**Data section:**
━━━━

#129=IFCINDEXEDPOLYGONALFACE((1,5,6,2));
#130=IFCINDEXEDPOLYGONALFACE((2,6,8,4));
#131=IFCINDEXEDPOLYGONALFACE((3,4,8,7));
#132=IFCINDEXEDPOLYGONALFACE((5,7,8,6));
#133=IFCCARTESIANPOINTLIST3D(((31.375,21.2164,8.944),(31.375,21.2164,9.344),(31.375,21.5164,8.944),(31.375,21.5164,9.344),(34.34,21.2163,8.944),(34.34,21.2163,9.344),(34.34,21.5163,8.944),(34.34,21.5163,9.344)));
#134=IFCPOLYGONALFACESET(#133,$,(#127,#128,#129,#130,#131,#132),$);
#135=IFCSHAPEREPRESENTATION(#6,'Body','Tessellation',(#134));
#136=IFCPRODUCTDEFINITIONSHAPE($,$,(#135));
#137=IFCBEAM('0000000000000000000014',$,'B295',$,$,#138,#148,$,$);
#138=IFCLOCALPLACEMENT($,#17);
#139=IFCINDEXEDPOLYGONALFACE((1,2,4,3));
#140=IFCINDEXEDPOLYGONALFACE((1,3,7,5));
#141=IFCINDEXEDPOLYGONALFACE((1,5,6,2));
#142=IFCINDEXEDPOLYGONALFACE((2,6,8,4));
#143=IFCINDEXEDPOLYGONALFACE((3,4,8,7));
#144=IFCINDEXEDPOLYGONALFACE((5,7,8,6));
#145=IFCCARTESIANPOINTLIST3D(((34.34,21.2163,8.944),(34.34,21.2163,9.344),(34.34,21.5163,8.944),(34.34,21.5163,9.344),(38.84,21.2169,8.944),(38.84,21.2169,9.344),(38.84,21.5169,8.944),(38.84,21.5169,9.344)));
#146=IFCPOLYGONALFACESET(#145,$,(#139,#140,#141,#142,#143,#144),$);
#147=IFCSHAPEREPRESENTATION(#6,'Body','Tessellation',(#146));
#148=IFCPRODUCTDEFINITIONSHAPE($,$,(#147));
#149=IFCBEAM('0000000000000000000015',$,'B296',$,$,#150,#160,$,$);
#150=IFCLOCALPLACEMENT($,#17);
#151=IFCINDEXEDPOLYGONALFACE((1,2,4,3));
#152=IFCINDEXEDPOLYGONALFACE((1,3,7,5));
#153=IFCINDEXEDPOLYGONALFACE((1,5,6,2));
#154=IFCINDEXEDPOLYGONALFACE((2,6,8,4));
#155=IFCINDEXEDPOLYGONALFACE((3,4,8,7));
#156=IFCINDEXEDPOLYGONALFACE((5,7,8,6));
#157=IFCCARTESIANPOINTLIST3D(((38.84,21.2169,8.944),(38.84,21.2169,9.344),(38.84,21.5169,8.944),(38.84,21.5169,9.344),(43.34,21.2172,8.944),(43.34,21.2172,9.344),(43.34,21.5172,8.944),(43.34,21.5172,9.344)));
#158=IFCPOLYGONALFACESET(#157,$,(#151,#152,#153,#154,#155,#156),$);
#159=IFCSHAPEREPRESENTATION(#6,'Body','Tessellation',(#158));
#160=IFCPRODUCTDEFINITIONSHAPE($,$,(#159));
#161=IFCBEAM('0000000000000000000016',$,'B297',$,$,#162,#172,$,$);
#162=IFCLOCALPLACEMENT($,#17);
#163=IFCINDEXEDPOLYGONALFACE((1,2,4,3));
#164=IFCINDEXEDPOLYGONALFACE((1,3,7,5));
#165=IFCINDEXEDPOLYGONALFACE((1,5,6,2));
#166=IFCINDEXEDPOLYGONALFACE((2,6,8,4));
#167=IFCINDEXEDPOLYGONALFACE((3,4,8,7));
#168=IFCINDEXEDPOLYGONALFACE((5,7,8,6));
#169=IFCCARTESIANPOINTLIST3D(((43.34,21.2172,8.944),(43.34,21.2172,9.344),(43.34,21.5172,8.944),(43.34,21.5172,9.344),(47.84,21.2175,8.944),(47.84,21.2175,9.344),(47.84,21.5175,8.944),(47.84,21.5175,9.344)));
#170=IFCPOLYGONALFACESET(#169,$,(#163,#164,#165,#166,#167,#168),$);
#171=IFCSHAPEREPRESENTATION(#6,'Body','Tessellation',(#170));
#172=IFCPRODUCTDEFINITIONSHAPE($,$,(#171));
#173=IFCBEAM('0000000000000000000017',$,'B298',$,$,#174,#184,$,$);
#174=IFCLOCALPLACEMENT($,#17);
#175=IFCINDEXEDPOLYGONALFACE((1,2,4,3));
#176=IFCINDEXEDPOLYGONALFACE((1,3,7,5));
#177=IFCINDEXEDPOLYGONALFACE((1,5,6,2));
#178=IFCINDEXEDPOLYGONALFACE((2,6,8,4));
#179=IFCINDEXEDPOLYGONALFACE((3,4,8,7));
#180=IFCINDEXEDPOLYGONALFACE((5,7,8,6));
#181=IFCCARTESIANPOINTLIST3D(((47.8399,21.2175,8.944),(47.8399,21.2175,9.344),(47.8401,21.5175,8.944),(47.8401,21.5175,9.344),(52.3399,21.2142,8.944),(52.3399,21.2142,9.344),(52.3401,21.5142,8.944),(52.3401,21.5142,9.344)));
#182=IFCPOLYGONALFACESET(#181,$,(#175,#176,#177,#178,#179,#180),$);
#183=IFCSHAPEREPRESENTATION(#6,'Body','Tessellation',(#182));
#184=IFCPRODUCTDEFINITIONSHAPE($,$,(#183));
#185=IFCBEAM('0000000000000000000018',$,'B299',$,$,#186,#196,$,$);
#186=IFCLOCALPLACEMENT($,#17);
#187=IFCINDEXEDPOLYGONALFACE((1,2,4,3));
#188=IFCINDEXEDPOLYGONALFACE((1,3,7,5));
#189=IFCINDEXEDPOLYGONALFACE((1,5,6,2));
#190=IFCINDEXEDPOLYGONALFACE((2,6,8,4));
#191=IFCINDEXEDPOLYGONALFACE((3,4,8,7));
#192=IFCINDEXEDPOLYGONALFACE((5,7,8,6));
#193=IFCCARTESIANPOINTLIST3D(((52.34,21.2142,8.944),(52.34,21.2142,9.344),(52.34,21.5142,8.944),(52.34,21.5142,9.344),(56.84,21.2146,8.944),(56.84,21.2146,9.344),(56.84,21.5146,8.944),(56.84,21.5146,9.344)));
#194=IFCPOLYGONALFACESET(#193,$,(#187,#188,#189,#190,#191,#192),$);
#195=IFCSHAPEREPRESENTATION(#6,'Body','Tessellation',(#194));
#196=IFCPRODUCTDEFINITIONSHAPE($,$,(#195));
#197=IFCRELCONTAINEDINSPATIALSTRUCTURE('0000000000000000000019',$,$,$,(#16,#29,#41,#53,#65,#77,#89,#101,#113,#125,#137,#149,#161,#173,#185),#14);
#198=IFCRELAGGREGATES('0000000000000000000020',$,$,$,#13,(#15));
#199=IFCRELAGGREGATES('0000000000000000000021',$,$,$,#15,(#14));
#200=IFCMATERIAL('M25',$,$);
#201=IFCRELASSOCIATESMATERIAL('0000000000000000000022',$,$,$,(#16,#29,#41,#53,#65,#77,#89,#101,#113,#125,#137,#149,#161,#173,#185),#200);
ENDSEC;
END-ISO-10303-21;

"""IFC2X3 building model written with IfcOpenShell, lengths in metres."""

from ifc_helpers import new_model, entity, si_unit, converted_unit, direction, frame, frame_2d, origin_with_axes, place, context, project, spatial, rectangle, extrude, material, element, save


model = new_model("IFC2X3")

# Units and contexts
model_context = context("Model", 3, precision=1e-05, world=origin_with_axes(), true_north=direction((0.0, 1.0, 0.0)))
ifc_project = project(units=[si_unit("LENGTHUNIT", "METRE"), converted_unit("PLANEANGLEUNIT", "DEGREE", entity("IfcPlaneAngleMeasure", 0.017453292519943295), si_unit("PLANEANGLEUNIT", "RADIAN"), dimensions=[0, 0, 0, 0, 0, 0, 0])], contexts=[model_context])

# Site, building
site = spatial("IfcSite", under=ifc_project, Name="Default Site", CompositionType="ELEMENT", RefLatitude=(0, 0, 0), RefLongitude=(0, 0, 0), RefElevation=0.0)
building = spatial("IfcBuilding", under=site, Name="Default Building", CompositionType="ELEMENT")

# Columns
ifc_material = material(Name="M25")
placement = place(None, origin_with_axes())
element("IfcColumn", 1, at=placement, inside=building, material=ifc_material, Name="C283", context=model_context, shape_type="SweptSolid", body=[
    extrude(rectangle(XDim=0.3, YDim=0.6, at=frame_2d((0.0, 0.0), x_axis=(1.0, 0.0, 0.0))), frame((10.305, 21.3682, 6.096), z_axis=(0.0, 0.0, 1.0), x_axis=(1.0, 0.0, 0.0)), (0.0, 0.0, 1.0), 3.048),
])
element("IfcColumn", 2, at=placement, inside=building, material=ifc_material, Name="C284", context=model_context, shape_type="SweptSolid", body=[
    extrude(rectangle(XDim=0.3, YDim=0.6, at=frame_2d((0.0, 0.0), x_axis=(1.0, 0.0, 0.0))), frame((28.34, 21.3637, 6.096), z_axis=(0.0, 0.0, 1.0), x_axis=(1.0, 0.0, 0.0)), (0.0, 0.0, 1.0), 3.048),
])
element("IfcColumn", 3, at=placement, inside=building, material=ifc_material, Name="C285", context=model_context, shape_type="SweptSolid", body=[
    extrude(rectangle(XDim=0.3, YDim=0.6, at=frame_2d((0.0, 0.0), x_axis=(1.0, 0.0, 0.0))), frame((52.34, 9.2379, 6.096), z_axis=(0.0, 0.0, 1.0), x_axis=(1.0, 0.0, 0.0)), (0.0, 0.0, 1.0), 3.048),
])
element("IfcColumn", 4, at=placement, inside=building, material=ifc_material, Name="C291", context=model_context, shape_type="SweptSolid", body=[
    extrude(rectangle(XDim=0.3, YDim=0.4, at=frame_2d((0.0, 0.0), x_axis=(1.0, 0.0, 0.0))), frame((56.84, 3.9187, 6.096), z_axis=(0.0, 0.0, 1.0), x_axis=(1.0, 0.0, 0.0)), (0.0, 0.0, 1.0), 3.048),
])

━━━━

**What this task involves:**
Set down verbatim only the lines between the start of the data above and the line with "#132=IFCINDEXEDPOLYGONALFACE((5,7,8,6));", both boundaries included.

**Solution to this problem:**
#129=IFCINDEXEDPOLYGONALFACE((1,5,6,2));
#130=IFCINDEXEDPOLYGONALFACE((2,6,8,4));
#131=IFCINDEXEDPOLYGONALFACE((3,4,8,7));
#132=IFCINDEXEDPOLYGONALFACE((5,7,8,6));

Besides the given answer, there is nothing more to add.